Sunday 16 September 2007
Okay, so I've mentioned that Ryan and I came up here to Tucumán for the food. More specifically, we came for the empanada festival held annually in a small town called Famaillá. We actually went out to the festival Friday night, which was mostly a peña, or folk music concert, and had a few empanadas then. But the main attraction, the empanada-making contest, is today.
Here's how it works: women (or men, but mostly women) from Famaillá are sponsored by groups called ranchos. On the day of the contest, they bring their own ingredients (only traditional ingredients allowed, too, no adding anything new.
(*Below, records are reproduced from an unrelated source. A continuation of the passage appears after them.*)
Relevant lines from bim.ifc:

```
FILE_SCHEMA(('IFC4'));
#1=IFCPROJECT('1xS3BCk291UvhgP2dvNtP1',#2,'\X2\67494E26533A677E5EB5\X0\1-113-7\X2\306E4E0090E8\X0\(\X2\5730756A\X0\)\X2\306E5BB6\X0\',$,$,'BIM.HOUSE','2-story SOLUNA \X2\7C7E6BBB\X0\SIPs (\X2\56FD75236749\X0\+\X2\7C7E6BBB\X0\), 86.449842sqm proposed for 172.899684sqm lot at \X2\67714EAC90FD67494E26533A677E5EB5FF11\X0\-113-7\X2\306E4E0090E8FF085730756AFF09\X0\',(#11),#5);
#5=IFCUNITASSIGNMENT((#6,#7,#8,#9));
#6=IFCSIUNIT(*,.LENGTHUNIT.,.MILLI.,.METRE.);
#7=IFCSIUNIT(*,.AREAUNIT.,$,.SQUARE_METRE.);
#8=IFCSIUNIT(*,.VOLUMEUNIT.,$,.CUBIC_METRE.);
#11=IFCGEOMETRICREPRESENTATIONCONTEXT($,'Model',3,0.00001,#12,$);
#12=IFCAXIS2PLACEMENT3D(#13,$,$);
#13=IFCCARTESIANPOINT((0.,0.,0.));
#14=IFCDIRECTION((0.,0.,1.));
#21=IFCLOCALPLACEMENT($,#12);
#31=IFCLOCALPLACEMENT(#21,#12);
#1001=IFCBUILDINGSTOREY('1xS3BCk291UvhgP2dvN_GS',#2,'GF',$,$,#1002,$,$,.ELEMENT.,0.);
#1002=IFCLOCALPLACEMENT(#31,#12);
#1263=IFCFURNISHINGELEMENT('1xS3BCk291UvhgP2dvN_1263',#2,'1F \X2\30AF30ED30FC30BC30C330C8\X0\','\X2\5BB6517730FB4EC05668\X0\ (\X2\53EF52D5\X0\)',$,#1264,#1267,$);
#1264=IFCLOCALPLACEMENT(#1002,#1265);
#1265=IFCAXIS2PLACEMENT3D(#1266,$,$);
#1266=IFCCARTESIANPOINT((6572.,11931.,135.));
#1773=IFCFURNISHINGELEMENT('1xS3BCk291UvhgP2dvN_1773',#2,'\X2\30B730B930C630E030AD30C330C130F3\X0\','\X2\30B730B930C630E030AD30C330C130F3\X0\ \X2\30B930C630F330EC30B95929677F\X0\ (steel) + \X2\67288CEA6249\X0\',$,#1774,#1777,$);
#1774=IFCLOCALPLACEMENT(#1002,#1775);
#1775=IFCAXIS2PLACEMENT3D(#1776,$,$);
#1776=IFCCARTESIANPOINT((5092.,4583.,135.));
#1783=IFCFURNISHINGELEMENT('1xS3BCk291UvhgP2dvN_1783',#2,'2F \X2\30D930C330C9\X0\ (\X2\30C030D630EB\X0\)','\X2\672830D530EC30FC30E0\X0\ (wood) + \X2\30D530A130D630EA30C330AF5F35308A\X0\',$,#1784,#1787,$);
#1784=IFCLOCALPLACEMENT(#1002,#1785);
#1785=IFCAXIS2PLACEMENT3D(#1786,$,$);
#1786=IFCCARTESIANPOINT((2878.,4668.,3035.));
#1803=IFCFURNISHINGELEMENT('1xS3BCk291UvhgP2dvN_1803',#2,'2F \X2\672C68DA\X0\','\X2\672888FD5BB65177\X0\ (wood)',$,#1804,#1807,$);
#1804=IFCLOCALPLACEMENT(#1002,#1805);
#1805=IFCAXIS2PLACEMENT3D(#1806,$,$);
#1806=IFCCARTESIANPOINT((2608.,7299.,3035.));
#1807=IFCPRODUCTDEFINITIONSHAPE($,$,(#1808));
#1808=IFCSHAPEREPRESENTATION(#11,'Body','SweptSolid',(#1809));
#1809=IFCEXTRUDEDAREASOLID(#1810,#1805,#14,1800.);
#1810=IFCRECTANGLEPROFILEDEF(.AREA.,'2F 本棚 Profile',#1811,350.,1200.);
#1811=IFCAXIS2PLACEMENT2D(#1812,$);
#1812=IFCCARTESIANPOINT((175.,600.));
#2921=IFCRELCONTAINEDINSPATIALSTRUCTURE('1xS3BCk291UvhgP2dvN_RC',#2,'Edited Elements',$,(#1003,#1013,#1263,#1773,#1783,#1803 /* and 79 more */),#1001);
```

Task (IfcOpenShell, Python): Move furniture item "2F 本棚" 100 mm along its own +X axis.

```python
import ifcopenshell
import ifcopenshell.api.geometry
import ifcopenshell.util.placement
import ifcopenshell.util.unit

model = ifcopenshell.open("bim.ifc")
unit_scale = ifcopenshell.util.unit.calculate_unit_scale(model)

item = model.by_guid("1xS3BCk291UvhgP2dvN_1803")
matrix = ifcopenshell.util.placement.get_local_placement(item.ObjectPlacement)
matrix[:3, 3] += matrix[:3, 0] * 0.1 / unit_scale
ifcopenshell.api.geometry.edit_object_placement(model, product=item, matrix=matrix, is_si=False)

print(ifcopenshell.util.placement.get_local_placement(item.ObjectPlacement).round(3) + 0.0)

model.write("bim-out.ifc")
```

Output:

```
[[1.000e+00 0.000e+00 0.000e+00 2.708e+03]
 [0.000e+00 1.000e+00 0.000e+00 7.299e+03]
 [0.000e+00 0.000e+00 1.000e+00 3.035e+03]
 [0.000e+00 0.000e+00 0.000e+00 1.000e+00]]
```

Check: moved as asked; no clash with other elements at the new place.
In Tucumán, this means meat cut by hand, onions, green onions, hard-boiled eggs, cumin, chili pepper, paprika, salt, and pepper) and make empanadas from scratch as the judges watch. They bake them in igloo-shaped mud ovens, and the judges taste them. They choose the best empanada, and the woman who made it is the empanada queen. She doesn't get a prize, but is recognized as making the best empanadas in town, and her business is pretty much set for the year.
We came up to the place just as they were starting, and within about two minutes they had asked Layne and I to be judges!!!!! I was a judge at the Concurso Nacional de Emapandas!!!!!! (I guess that they like having people from outside of town, who don't know the contestants, to judge whenever they can.) It was an amazing experience, and I learned a lot about what makes a good empanada!
Turns out the whole thing was pretty corrupt, though. One of the judges owns the rancho that sponsored the winner, and was in fact the one who taught her how to make empanadas. But, in all fairness, the woman who won did make some pretty delicious empanadas!
This is a picture of the pile of empanadas left over at our table after the judging. (After all, there were twelve contestants, we could only eat one bite of each, or we'd be full by the time we were half-way done!)